# Lecture05 Logistic Regression

## Classification and Representation

To attempt classification, one method is to use linear regression and map all predictions greater than 0.5 as a 1 and all less than 0.5 as a 0. However, this method doesn't work well because classification is not actually a linear function.

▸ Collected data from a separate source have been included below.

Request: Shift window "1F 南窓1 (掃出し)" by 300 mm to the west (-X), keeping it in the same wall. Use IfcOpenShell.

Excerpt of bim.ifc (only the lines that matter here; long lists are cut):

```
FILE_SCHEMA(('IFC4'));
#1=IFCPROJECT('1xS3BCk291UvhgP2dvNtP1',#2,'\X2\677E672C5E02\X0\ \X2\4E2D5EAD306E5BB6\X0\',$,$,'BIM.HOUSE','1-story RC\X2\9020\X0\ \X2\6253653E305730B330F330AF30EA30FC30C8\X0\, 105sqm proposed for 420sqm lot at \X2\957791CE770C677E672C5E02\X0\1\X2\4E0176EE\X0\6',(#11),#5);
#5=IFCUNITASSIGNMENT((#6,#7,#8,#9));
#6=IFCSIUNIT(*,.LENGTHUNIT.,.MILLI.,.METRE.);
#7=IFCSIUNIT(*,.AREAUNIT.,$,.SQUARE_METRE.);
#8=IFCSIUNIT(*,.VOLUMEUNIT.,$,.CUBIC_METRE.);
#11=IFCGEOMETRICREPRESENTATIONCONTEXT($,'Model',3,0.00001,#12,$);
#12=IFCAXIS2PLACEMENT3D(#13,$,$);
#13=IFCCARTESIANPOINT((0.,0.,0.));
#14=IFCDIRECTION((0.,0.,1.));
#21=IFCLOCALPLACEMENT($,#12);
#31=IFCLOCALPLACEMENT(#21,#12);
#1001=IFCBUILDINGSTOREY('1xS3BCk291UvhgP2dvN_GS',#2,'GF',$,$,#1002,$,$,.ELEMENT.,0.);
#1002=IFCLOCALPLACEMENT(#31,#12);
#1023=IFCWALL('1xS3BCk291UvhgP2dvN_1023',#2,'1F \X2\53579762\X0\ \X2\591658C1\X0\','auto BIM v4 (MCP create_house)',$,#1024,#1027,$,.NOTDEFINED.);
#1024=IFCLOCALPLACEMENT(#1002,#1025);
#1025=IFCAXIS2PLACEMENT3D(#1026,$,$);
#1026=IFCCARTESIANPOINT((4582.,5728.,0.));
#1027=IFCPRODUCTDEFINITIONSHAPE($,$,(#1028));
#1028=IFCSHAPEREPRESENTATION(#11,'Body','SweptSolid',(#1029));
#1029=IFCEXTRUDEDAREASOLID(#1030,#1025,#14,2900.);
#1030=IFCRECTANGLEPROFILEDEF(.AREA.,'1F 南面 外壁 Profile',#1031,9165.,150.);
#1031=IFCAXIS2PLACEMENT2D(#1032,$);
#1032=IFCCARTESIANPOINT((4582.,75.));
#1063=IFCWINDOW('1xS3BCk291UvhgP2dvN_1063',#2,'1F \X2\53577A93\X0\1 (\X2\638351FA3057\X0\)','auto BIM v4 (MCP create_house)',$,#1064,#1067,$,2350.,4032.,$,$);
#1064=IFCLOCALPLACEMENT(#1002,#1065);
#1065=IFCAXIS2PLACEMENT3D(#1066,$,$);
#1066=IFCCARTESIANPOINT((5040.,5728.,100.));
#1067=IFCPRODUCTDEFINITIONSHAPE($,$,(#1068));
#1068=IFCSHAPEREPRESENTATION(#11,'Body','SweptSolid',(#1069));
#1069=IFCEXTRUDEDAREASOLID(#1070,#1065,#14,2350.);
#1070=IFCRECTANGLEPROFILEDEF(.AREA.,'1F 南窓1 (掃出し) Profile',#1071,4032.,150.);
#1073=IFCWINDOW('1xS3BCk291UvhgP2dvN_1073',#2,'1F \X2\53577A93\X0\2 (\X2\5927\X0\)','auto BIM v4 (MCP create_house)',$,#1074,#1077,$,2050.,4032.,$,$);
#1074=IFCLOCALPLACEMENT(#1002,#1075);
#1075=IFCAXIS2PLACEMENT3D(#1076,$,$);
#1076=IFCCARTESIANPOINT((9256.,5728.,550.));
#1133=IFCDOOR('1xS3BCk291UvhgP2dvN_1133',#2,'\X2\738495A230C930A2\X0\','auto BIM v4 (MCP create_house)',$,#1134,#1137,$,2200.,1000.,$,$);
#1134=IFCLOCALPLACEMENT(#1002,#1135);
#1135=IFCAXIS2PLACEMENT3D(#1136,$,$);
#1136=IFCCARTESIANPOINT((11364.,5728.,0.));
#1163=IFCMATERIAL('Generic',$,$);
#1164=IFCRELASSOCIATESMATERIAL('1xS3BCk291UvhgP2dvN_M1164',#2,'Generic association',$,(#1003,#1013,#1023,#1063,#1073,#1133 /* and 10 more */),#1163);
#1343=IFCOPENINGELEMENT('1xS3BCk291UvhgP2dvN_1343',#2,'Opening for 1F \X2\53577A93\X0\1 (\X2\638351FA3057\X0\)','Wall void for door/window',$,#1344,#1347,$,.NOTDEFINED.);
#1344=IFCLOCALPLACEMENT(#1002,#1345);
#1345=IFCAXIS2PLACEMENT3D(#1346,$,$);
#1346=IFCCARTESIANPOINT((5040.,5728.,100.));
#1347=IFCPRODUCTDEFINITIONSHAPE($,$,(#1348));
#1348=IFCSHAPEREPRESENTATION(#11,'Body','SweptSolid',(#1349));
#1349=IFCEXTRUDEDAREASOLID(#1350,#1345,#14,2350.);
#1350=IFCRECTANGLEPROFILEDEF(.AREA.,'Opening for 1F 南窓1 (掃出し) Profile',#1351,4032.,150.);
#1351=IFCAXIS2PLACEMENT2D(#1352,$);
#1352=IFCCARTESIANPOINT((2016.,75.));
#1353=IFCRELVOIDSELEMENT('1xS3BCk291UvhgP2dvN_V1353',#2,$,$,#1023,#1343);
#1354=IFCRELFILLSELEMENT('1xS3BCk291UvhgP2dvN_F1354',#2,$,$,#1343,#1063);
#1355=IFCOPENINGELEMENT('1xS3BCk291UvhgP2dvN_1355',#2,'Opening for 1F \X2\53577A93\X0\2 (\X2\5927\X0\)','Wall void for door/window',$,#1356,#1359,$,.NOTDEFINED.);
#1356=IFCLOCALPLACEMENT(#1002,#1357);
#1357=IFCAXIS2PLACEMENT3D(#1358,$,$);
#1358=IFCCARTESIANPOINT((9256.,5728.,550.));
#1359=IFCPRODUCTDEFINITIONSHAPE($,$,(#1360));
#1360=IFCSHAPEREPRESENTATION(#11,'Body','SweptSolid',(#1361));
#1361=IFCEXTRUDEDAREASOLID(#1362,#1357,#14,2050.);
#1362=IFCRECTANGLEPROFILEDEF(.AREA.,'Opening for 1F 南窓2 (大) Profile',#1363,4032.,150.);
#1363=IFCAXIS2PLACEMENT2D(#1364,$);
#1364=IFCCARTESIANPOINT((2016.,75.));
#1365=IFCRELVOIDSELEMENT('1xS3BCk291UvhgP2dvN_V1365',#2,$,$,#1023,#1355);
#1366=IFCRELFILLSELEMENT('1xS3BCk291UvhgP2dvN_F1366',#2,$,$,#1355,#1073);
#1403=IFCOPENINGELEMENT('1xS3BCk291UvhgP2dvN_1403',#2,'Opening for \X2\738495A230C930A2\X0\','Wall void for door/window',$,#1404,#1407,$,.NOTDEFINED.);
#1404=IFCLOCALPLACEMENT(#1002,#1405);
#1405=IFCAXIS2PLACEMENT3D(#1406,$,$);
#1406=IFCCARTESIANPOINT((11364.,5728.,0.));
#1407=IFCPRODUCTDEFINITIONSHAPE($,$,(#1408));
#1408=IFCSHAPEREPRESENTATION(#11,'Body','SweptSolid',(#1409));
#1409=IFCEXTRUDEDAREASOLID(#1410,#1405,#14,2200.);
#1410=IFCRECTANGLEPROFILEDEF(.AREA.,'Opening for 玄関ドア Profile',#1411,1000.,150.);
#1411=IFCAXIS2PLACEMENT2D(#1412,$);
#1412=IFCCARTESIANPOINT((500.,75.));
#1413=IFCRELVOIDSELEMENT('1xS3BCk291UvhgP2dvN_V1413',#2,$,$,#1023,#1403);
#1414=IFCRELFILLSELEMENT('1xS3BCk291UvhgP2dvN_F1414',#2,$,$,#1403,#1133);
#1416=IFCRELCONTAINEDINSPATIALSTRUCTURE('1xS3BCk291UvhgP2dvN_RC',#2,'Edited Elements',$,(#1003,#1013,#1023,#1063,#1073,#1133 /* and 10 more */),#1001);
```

```python
import ifcopenshell
import ifcopenshell.api.geometry
import ifcopenshell.util.placement
import ifcopenshell.util.unit

model = ifcopenshell.open("bim.ifc")
unit_scale = ifcopenshell.util.unit.calculate_unit_scale(model)

window = model.by_guid("1xS3BCk291UvhgP2dvN_1063")
opening = window.FillsVoids[0].RelatingOpeningElement
wall = opening.VoidsElements[0].RelatingBuildingElement

wall_matrix = ifcopenshell.util.placement.get_local_placement(wall.ObjectPlacement)
shift = wall_matrix[:3, 0] * -0.3 / unit_scale
before = ifcopenshell.util.placement.get_local_placement(window.ObjectPlacement)[:3, 3].copy()

# The window is not placed relative to its opening, so move both.
for product in (opening, window):
    matrix = ifcopenshell.util.placement.get_local_placement(product.ObjectPlacement)
    matrix[:3, 3] += shift
    ifcopenshell.api.geometry.edit_object_placement(model, product=product, matrix=matrix, is_si=False)

after = ifcopenshell.util.placement.get_local_placement(window.ObjectPlacement)[:3, 3]
print("window moved by", (after - before).round(3) + 0.0)

model.write("bim_edited.ifc")
```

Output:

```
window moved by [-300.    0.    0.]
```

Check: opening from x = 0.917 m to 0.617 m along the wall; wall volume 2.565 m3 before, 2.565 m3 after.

**Logistic Regression Model**: $h_{\theta}(x) = g(\theta^Tx) = g(z) = \frac{1}{1+e^{-z}}$, where $g(z)$ is denoted as logistic function or sigmoid function.
* interpretation of hypothesis output: $h_{\theta}(x)$ = estimated probability that y=1 on input x.
* decision boundary: $y = 1 \Rightarrow h_{\theta}(x) \geq 0.5 \Rightarrow g(z) \geq 0.5 \Rightarrow \theta^Tx \geq 0.5$. Therefore, the descision boundary is the line that separates the area where y=0 and where y=1.


## Logistic Regression Model

Training Set: $(x^{(1)}, y^{(1)}), (x^{(2)}, y^{(2)}), \dots, (x^{(m)}, y^{(m)})$, m examples and x is a $(n+1) \times 1$ vector while $x_0 = 1$, $y \in \{0, 1\}$.

Since the $J(\theta) = Cost(h_{\theta}(x), y) = \frac{1}{2}(h_{\theta}(x) - y)^2$ is non-convex, the logistic regression model uses $Cost(h_{\theta}(x), y) = \left\{\begin{matrix} -log(h_{\theta}(x)) & if & y = 1 \\ -log(1 - h_{\theta}(x)) & if & y = 0 \end{matrix}\right.$ as the **cost function**.
* If our correct answer 'y' is 0, then the cost function will be 0 if our hypothesis function also outputs 0. If our hypothesis approaches 1, then the cost function will approach infinity.
* If our correct answer 'y' is 1, then the cost function will be 0 if our hypothesis function outputs 1. If our hypothesis approaches 0, then the cost function will approach infinity.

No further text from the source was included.